/planar_rect_homography

The implementation of planar rectification from RGB-D information.

Primary LanguageC++

planar_rect_homography

The implementation of planar rectification from RGB-D information.

Paper

Our paper proposed an improved method for the detection of planar objects, which rectifies images with geometric information to compensate for the perspective distortion before feeding it to the CNN detector module, typically a CNN-based detector like YOLO or MASK RCNN. Besides, we also release an RGB-D dataset, which is the first public-available hazmat sign detection dataset with RGB-D sensors.

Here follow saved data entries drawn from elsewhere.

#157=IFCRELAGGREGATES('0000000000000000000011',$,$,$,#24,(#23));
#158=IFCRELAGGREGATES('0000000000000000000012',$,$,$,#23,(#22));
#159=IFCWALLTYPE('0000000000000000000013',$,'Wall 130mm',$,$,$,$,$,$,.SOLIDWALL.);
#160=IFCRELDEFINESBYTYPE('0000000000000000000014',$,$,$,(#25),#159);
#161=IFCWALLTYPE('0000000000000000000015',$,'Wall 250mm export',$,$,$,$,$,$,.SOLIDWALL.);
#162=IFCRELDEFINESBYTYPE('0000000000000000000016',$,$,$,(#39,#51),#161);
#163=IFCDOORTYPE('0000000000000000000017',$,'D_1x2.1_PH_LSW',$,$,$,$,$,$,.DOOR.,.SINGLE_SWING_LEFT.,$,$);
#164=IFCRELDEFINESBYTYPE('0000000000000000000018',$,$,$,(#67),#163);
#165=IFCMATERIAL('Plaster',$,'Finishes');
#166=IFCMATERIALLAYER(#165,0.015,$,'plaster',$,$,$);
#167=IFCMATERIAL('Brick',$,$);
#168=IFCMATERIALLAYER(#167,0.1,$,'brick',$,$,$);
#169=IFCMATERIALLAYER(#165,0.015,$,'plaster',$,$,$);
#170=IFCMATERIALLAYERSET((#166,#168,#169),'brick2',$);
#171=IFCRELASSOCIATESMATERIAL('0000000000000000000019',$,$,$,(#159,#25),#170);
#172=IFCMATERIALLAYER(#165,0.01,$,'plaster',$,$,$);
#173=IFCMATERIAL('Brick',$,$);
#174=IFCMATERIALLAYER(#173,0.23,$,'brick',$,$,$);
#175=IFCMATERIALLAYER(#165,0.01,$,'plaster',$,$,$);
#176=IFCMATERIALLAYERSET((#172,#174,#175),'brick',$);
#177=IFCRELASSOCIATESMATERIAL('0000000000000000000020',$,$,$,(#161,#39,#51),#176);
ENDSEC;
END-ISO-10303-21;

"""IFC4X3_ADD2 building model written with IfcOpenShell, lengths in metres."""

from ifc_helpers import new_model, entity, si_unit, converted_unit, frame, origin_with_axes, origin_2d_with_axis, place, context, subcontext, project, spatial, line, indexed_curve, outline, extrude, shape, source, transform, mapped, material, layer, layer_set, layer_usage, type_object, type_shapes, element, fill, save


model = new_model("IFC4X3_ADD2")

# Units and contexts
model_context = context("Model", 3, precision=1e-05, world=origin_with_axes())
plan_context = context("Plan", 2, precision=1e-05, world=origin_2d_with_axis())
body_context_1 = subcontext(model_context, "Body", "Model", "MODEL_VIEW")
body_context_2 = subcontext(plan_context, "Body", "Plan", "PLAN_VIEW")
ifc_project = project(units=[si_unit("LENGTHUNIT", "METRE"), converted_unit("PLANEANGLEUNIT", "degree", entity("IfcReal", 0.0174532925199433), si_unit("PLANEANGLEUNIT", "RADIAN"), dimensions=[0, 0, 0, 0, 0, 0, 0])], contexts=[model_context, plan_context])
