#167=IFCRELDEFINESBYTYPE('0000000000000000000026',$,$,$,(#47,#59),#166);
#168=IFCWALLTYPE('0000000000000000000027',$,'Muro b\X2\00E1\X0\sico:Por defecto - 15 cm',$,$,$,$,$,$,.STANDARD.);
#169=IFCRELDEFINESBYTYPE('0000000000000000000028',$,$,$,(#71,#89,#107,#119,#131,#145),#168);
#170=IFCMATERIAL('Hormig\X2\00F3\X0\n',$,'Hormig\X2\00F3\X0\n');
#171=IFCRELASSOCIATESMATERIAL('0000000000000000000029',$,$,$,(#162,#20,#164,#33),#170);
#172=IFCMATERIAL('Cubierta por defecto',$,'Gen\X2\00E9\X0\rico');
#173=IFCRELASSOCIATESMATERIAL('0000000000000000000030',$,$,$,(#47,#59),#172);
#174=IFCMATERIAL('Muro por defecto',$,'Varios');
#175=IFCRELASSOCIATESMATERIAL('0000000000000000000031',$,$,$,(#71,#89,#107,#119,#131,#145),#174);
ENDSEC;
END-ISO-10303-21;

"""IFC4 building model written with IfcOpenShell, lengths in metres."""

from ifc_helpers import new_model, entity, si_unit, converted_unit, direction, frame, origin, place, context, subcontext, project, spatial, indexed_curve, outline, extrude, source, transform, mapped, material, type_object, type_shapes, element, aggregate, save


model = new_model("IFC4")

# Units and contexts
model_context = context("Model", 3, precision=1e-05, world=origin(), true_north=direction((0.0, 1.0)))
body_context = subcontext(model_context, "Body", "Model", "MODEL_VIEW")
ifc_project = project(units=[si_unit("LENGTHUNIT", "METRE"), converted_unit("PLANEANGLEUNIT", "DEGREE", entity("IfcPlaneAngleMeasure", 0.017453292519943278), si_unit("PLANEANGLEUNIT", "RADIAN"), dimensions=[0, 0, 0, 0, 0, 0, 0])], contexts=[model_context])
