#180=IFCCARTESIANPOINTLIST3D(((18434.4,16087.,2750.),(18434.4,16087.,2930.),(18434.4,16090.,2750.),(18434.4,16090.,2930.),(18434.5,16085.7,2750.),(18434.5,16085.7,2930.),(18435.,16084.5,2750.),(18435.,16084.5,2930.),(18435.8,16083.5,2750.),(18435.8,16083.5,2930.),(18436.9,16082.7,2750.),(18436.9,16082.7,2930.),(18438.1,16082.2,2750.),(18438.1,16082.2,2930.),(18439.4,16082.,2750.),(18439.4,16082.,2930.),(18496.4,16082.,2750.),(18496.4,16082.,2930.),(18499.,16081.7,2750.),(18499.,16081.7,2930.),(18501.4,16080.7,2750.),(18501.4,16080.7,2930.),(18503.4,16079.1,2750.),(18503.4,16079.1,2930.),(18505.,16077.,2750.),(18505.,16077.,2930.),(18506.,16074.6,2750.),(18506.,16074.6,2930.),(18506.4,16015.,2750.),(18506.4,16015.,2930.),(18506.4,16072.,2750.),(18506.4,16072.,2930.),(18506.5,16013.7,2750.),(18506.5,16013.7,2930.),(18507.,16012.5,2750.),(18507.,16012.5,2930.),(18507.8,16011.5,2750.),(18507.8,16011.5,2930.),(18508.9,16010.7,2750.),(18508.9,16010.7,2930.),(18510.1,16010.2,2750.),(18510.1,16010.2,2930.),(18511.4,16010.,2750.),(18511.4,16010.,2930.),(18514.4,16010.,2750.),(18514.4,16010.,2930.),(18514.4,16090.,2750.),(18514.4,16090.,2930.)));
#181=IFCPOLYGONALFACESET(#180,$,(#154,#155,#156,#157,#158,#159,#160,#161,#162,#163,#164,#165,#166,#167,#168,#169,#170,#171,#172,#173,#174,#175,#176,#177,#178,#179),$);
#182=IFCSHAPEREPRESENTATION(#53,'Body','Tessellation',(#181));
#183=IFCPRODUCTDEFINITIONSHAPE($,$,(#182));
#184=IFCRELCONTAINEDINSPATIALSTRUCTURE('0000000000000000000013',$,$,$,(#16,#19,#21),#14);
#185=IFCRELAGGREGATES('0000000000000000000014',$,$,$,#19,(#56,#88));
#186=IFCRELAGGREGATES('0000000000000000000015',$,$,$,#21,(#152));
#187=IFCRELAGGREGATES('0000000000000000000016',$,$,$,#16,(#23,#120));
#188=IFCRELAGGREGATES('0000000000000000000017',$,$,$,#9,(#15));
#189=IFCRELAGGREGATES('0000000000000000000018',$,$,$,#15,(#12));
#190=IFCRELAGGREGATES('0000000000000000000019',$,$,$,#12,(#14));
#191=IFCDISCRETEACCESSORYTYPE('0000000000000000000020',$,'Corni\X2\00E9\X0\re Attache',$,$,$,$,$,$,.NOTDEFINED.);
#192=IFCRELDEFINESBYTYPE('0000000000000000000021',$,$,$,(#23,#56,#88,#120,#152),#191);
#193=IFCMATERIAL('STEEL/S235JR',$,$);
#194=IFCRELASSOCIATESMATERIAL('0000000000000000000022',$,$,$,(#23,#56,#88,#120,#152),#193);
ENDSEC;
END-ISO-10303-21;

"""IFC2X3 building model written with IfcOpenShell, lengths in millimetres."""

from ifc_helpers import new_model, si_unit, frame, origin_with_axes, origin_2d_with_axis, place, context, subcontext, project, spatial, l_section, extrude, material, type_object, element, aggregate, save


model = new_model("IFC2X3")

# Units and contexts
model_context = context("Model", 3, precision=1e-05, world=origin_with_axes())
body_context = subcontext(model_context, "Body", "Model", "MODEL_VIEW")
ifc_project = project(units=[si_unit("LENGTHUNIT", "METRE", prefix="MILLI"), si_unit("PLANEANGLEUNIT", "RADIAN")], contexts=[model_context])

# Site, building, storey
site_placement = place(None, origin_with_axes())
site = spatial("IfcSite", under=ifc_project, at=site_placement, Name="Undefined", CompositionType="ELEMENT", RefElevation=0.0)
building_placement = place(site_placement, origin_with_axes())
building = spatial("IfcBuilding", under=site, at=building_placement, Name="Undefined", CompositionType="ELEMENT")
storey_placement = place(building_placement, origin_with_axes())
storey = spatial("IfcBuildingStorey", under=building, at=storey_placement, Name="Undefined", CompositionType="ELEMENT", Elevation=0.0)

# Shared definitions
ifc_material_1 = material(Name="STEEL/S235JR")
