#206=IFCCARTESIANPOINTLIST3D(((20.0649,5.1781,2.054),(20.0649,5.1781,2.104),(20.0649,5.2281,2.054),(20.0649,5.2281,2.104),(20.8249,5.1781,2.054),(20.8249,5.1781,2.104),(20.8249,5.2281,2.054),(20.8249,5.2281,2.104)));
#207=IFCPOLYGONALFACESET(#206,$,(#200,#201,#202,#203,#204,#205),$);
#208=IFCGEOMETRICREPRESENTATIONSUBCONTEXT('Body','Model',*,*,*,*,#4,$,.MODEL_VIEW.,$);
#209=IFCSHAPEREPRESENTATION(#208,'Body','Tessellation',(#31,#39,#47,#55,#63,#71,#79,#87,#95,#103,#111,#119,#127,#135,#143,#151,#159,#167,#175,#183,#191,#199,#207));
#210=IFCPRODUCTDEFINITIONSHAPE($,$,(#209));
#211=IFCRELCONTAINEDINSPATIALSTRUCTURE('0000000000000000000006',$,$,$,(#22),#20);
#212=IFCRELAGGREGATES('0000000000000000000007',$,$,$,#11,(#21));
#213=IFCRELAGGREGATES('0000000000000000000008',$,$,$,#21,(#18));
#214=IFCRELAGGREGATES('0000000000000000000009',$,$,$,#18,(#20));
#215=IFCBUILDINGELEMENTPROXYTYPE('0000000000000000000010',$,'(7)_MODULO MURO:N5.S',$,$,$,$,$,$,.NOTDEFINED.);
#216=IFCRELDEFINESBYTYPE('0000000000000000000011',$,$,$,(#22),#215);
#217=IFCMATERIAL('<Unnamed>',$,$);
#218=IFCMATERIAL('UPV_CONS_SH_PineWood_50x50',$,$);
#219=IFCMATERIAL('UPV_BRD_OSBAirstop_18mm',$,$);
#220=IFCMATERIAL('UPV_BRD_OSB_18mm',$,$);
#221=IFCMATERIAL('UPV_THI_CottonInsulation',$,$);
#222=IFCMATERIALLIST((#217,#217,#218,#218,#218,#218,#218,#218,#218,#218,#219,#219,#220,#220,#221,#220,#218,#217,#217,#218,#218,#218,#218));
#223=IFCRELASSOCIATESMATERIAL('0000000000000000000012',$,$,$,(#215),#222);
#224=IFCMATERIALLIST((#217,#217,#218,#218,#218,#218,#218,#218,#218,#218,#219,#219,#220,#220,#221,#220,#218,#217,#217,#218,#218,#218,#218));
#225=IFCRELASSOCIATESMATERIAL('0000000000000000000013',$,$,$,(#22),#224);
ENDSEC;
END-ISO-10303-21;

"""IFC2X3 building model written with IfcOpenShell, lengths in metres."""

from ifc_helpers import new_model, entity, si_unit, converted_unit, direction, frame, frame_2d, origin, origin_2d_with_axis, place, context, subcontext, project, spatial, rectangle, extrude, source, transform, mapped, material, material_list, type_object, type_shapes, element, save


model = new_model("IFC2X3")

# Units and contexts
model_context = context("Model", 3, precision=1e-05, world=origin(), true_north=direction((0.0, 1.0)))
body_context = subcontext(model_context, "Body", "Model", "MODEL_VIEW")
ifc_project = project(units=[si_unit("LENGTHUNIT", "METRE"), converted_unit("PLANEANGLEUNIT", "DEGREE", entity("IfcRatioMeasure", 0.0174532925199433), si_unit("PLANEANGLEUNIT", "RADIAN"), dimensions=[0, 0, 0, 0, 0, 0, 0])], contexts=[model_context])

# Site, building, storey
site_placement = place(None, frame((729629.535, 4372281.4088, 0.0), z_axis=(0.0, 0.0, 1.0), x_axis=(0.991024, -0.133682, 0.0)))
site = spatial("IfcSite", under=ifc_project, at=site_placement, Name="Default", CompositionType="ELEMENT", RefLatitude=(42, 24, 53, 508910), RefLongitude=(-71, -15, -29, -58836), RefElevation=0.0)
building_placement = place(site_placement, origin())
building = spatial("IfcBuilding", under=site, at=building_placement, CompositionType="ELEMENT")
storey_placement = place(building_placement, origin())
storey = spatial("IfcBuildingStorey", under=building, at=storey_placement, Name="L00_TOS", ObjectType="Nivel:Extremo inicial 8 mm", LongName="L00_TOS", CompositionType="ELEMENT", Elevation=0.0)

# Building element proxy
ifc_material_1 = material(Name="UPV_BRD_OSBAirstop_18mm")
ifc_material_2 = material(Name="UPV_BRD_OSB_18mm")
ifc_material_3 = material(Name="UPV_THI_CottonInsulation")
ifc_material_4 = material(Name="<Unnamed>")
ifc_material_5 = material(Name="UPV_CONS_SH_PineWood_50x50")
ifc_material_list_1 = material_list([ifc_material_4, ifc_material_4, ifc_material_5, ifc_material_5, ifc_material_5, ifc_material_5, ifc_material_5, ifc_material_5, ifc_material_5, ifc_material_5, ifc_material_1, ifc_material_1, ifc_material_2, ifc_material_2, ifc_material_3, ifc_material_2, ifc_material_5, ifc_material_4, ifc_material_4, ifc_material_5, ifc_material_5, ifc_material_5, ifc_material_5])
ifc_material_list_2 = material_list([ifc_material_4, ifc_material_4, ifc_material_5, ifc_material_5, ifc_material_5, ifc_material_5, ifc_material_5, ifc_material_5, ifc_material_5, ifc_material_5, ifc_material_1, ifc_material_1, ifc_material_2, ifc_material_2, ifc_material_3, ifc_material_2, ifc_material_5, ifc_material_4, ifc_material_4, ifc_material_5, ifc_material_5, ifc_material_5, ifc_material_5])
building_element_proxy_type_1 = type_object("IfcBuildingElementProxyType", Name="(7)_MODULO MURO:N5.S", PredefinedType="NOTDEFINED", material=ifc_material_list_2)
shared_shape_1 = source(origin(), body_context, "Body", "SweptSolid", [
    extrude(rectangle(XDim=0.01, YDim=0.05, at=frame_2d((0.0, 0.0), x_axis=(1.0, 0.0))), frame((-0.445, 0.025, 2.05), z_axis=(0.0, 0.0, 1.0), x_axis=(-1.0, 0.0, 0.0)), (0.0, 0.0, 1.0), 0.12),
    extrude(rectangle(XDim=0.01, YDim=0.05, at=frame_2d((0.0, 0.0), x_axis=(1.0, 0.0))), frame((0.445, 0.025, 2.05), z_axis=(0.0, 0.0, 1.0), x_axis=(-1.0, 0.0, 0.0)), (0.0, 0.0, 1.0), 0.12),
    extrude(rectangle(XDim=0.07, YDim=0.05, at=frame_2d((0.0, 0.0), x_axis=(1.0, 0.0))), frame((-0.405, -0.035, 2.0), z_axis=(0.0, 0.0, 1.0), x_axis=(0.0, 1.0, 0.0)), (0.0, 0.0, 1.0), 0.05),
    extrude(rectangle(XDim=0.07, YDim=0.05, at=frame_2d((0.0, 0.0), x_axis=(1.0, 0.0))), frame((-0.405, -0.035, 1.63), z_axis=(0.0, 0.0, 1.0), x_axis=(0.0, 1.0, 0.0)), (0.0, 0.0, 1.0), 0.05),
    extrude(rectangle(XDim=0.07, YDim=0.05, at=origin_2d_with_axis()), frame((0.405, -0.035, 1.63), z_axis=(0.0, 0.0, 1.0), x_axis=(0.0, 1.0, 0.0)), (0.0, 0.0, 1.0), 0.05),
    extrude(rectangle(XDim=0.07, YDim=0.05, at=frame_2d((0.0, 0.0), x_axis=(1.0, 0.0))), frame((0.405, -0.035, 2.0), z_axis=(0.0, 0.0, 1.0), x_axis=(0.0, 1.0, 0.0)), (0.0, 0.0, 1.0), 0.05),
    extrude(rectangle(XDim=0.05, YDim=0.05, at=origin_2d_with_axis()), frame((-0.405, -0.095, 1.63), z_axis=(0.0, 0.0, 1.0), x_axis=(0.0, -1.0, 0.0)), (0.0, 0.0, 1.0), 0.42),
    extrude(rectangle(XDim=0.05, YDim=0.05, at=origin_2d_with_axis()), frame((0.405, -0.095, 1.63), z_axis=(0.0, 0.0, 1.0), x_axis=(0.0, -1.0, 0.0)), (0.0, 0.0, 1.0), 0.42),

The paper describing the method was accepted for publication at SSRR2020 and should be published soon after the conference.

Usage

Yolo Training

Rectification

# start the rectification node
roslaunch planar_rect_homography_pkg planar_rectifier_exp.launch
# set camera_info and tf tree
rosbag play info.bag
# auto-iterate through target directory and play messages one by one
# it will monitor the rectifier status flag (ros message)
roslaunch hazmat_bag_tools play_bags

This will prepare the test dataset (for yolo in the next step) in the folder results

YOLO testing

Use following command to run yolo inference and save results to playground/output.txt

./darknet detector test ~/workspace/mars_hazmat_detection/experiments/cfgs/exp9/hazmat_valid_bag3.data ~/workspace/mars_hazmat_detection/experiments/cfgs/exp9/yolov3-tiny-13.cfg checkpoints_9/yolov3-tiny-13_last.weights -dont_show -ext_output  </home/ernest/playground/input.txt >/home/ernest/playground/output.txt

Evalutation (with NMS)

In evaluation we need the output.txt file generated in the previous step.
Code of evaluation is inside evaluation.ipynb, remember to change the paths when using. You will find the detection result inside the nms_img folder.